I'm writing a Perl module to try to autodetect whether a spreadsheet/csv file has a header row. It's a somewhat tricky problem especially when trying to factor in the kind of malformed data people might feed in. I'm sticking with simple cases for now. I'd like to try to do some statistical analysis of the data to help me. Unfortunately, my knowledge of statistics is very weak. I'm feeling my way in the dark. So take this sample column for example:

STATE NY NY NY NJ NY

It's obviously a column of states. One thing that might jump out to a computer is that the length of the first row is 5 letters while the rest of the rows are two letters. Things can of course get fuzzier. The first row might have 5 letters while the rest of the columns have 2 OR 3 letters. Other tell-tale signs might be the header column is a string while the column is full of numbers. Or the header column might be named "STATUS" while the data might only contain the words "ACTIVE" or "RETIRED." The size of the column is also an important factor. If there is a lot of data, any statistical approach will likely be more accurate.

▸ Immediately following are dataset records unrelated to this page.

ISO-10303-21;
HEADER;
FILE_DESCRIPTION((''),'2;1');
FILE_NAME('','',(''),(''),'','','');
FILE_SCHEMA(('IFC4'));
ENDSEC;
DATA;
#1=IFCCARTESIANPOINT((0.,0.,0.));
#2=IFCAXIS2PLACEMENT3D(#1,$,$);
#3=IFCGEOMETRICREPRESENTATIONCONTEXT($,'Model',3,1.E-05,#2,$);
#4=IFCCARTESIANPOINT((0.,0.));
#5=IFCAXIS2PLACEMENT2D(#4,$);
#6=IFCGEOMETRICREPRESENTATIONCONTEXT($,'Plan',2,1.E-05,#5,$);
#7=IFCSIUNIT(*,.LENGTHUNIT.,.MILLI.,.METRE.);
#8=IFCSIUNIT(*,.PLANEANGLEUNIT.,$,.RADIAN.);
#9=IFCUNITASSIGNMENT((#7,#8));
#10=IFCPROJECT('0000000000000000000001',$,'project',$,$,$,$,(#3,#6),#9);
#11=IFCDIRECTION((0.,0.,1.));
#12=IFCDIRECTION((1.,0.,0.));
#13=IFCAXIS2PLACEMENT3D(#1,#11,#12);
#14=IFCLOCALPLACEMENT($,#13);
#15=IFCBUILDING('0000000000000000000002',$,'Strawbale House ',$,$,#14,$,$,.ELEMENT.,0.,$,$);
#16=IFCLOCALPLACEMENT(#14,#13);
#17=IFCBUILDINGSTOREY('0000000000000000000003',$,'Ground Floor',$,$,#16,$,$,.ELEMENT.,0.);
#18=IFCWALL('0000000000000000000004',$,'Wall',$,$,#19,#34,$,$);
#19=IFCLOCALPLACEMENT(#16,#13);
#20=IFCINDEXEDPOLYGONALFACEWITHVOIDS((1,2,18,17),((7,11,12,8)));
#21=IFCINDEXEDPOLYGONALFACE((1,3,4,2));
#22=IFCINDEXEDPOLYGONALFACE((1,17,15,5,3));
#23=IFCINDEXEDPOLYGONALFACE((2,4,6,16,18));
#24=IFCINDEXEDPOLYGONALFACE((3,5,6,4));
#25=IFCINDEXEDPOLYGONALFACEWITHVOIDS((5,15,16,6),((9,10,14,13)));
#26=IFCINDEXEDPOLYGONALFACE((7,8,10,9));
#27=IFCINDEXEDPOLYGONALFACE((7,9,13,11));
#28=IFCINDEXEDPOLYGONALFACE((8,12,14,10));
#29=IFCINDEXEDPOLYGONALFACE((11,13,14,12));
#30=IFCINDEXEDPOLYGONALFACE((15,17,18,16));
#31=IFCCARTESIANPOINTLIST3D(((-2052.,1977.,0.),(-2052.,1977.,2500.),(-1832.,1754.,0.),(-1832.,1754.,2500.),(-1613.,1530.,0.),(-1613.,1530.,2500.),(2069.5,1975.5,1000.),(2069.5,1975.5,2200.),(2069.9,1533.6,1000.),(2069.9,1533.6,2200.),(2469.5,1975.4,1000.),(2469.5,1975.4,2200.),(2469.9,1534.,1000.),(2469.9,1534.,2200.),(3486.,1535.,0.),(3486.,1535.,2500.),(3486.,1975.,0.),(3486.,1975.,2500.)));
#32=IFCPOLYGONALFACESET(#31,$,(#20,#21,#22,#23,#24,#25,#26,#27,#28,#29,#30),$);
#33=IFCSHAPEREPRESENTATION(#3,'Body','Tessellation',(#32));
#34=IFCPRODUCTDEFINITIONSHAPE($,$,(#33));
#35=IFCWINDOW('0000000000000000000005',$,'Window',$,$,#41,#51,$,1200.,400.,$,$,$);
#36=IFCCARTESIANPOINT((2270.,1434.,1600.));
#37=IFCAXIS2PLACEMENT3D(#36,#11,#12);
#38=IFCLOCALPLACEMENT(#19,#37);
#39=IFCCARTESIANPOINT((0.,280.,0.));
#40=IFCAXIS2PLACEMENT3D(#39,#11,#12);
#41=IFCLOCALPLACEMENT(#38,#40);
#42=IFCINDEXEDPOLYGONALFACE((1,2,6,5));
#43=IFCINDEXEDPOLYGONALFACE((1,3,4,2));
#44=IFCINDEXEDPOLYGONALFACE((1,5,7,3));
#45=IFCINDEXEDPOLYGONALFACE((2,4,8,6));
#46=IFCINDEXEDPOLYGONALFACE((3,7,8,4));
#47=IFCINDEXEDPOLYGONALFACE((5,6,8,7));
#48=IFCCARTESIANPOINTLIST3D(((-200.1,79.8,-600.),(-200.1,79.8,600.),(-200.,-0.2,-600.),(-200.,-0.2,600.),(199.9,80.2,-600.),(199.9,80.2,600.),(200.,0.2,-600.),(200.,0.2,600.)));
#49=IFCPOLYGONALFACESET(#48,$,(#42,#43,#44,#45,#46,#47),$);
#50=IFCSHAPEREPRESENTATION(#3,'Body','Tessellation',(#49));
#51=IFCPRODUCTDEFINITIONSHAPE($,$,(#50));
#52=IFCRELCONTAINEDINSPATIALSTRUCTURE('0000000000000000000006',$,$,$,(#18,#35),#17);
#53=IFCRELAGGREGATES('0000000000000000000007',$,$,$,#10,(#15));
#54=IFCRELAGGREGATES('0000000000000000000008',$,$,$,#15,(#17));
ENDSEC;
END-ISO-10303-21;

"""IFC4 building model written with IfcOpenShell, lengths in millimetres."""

from ifc_helpers import new_model, si_unit, frame, origin, origin_with_axes, origin_2d, origin_2d_with_axis, place, context, project, spatial, polyline, rectangle, outline, extrude, element, fill, save


model = new_model("IFC4")

# Units and contexts
model_context = context("Model", 3, precision=1e-05, world=origin())
plan_context = context("Plan", 2, precision=1e-05, world=origin_2d())
ifc_project = project(units=[si_unit("LENGTHUNIT", "METRE", prefix="MILLI"), si_unit("PLANEANGLEUNIT", "RADIAN")], contexts=[model_context, plan_context])

# Building, storey
building_placement = place(None, origin_with_axes())
building = spatial("IfcBuilding", under=ifc_project, at=building_placement, Name="Strawbale House ", CompositionType="ELEMENT", ElevationOfRefHeight=0.0)
storey_placement = place(building_placement, origin_with_axes())
storey = spatial("IfcBuildingStorey", under=building, at=storey_placement, Name="Ground Floor", CompositionType="ELEMENT", Elevation=0.0)

# Wall, opening, window
wall_1_placement = place(storey_placement, origin_with_axes())
wall_1 = element("IfcWall", 1, at=wall_1_placement, inside=storey, Name="Wall", context=model_context, shape_type="SweptSolid", body=[
    extrude(outline(polyline([(3486.0, 1755.0, 0.0), (3486.0, 1535.0, 0.0), (-1613.0, 1530.0, 0.0), (-1832.0, 1754.0, 0.0), (-2052.0, 1977.0, 0.0), (3486.0, 1975.0, 0.0), (3486.0, 1755.0, 0.0)])), origin_with_axes(), (0.0, 0.0, 1.0), 2500.0),
])
opening_1_placement = place(wall_1_placement, frame((2270.0, 1434.0, 1600.0), z_axis=(0.0, 0.0, 1.0), x_axis=(1.0, 0.0, 0.0)))
opening_1 = element("IfcOpeningElement", 2, at=opening_1_placement, cuts=wall_1, PredefinedType="OPENING", context=model_context, shape_type="SweptSolid", body=[
    extrude(rectangle(XDim=400.0, YDim=1200.0, at=origin_2d_with_axis()), frame((0.0, 0.0, 0.0), z_axis=(-5.0, 5099.0, 0.0), x_axis=(-5099.0, -5.0, 0.0)), (0.0, 0.0, 1.0), 639.7),
])
window_1_placement = place(opening_1_placement, frame((0.0, 280.0, 0.0), z_axis=(0.0, 0.0, 1.0), x_axis=(1.0, 0.0, 0.0)))
window_1 = element("IfcWindow", 3, at=window_1_placement, inside=storey, Name="Window", OverallHeight=1200.0, OverallWidth=400.0, context=model_context, shape_type="SweptSolid", body=[
    extrude(outline(polyline([(200.0, 600.0, 0.0), (200.0, -600.0, 0.0), (-200.0, -600.0, 0.0), (-200.0, 600.0, 0.0), (200.0, 600.0, 0.0)])), frame((0.0, 0.0, 0.0), z_axis=(-5.0, 5099.0, 0.0), x_axis=(-5099.0, -5.0, 0.0)), (0.0, 0.0, 1.0), 80.0),
])
fill(opening_1, window_1)

save(model, "model.ifc")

The Math::NumberCruncher module has some useful functions I think I could use like standard deviation to help me analyze things like how diverse the dataset is for a certain property (length, number of unique values, etc.). But I'm not really sure how I might apply it to be useful in a practical way. I found this interesting article was useful but there's no code and not being familiar with statistics, I'm still not clear on exactly how that analysis was done.

I intend to analyze each column and try to come up with some kind of "likely has header" factor based on the analysis. If it looks like most columns have a header, then it will determine that the spreadsheet has a header row.

Sorry this question is so open-ended. But any tips/advice you can think of would be appreciated.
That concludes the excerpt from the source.